Extracted entries =
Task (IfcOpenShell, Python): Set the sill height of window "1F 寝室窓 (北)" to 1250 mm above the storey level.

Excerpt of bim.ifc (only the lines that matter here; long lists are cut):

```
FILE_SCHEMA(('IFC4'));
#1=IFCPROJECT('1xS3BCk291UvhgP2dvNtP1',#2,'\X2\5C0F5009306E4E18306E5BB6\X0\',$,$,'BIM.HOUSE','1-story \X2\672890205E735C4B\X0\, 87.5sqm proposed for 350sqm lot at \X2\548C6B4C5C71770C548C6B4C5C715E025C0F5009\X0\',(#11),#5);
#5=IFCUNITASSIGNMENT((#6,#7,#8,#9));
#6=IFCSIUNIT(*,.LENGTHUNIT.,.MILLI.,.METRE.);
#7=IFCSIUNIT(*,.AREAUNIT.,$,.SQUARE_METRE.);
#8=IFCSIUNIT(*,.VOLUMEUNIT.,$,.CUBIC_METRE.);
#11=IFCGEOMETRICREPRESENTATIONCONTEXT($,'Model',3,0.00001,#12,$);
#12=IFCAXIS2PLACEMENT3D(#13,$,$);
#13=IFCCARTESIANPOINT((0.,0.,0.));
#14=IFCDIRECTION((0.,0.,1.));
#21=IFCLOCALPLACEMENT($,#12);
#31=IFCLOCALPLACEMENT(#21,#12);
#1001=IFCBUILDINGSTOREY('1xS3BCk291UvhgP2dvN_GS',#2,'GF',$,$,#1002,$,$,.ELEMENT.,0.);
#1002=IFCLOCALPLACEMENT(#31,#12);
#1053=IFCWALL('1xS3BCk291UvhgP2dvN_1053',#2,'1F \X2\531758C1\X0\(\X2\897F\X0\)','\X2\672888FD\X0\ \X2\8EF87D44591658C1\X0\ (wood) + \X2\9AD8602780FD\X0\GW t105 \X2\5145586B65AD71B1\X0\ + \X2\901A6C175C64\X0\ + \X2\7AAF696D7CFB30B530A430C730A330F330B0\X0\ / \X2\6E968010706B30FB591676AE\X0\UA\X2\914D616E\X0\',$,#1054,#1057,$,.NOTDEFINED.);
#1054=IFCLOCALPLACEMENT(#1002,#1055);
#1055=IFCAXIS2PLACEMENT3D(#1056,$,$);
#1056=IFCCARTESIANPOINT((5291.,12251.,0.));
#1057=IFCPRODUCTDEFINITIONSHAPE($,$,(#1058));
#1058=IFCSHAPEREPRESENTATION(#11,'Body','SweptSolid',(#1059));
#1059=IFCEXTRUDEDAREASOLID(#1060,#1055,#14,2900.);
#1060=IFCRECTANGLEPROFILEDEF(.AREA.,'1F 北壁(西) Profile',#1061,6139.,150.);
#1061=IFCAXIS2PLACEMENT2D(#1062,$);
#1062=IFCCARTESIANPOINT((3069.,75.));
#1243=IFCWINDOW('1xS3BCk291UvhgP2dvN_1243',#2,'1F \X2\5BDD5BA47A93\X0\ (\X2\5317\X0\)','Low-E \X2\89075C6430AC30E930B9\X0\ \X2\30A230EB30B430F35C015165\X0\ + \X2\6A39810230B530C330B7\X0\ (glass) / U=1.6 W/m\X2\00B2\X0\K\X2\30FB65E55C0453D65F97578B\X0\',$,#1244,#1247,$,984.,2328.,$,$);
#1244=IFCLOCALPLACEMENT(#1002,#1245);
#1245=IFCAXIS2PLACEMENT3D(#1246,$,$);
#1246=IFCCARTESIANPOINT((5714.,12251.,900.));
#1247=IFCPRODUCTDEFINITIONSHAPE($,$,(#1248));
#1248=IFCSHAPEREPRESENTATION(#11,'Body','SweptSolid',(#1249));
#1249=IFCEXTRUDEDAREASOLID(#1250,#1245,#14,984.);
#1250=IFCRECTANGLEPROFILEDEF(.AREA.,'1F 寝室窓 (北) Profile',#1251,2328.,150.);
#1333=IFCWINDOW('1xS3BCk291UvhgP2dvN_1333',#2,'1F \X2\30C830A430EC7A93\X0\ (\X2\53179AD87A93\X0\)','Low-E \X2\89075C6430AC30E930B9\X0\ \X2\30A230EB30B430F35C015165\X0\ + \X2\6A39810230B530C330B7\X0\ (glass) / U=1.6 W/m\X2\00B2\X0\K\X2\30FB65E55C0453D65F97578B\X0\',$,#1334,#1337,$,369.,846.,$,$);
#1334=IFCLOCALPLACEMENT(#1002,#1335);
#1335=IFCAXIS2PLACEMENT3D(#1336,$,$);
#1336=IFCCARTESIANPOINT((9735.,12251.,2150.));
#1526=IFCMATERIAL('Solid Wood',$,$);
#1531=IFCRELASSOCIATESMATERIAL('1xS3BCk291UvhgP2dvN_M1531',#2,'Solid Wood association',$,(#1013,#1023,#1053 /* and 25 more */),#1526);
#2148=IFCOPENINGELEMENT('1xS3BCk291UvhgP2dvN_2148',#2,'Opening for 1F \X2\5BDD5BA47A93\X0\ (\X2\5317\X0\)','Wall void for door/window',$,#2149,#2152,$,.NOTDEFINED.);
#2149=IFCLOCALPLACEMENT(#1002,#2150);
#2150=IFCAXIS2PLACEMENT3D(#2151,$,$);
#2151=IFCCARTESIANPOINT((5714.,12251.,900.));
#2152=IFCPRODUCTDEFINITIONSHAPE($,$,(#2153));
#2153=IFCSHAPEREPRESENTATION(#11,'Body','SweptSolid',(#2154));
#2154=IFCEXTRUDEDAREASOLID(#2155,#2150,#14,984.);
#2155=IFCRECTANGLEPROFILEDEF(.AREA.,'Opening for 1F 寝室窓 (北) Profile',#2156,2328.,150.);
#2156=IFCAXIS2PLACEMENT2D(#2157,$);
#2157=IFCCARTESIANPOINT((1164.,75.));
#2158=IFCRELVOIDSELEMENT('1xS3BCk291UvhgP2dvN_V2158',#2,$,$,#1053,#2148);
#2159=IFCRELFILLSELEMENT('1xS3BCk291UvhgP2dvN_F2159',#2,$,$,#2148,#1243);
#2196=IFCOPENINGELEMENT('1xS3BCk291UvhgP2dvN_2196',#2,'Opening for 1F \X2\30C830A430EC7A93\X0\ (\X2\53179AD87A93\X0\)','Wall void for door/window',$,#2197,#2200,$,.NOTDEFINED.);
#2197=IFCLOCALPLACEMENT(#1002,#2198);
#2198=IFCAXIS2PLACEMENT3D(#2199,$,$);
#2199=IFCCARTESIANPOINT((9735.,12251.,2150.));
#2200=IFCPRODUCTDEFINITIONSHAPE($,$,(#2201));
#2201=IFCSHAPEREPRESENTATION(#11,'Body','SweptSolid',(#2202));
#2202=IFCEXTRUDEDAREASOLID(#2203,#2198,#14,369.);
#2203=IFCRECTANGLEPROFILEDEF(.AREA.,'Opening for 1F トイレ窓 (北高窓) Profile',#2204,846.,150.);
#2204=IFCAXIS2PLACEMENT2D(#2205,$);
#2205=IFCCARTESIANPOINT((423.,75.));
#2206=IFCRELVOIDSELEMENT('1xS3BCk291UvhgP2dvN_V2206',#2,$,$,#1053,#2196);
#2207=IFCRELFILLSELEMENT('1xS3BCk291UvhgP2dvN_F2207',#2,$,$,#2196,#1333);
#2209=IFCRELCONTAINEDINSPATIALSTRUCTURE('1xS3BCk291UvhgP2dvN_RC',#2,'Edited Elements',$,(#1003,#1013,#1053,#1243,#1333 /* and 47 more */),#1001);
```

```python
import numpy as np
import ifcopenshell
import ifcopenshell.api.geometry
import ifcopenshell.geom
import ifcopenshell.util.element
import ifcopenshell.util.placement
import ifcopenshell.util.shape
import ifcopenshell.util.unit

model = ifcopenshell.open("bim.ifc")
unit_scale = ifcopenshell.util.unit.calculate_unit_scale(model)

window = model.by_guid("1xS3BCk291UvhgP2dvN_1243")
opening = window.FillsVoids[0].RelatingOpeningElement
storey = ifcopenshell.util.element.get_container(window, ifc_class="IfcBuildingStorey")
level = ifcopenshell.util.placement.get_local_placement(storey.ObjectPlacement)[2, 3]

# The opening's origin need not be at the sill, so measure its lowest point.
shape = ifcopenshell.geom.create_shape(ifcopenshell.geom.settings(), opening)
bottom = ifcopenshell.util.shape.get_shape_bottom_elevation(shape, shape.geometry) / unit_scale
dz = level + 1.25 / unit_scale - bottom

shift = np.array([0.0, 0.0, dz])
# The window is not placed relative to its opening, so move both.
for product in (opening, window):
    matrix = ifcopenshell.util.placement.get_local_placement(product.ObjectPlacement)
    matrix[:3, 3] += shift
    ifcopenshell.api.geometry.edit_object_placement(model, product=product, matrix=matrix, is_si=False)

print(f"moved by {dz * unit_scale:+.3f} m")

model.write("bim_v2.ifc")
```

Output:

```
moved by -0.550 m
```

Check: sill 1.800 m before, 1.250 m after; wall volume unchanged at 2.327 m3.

Required work = Within the listing above, filter for lines holding the string "Body" and copy each one.

Response area =
#1058=IFCSHAPEREPRESENTATION(#11,'Body','SweptSolid',(#1059));
#1248=IFCSHAPEREPRESENTATION(#11,'Body','SweptSolid',(#1249));
#2153=IFCSHAPEREPRESENTATION(#11,'Body','SweptSolid',(#2154));
#2201=IFCSHAPEREPRESENTATION(#11,'Body','SweptSolid',(#2202));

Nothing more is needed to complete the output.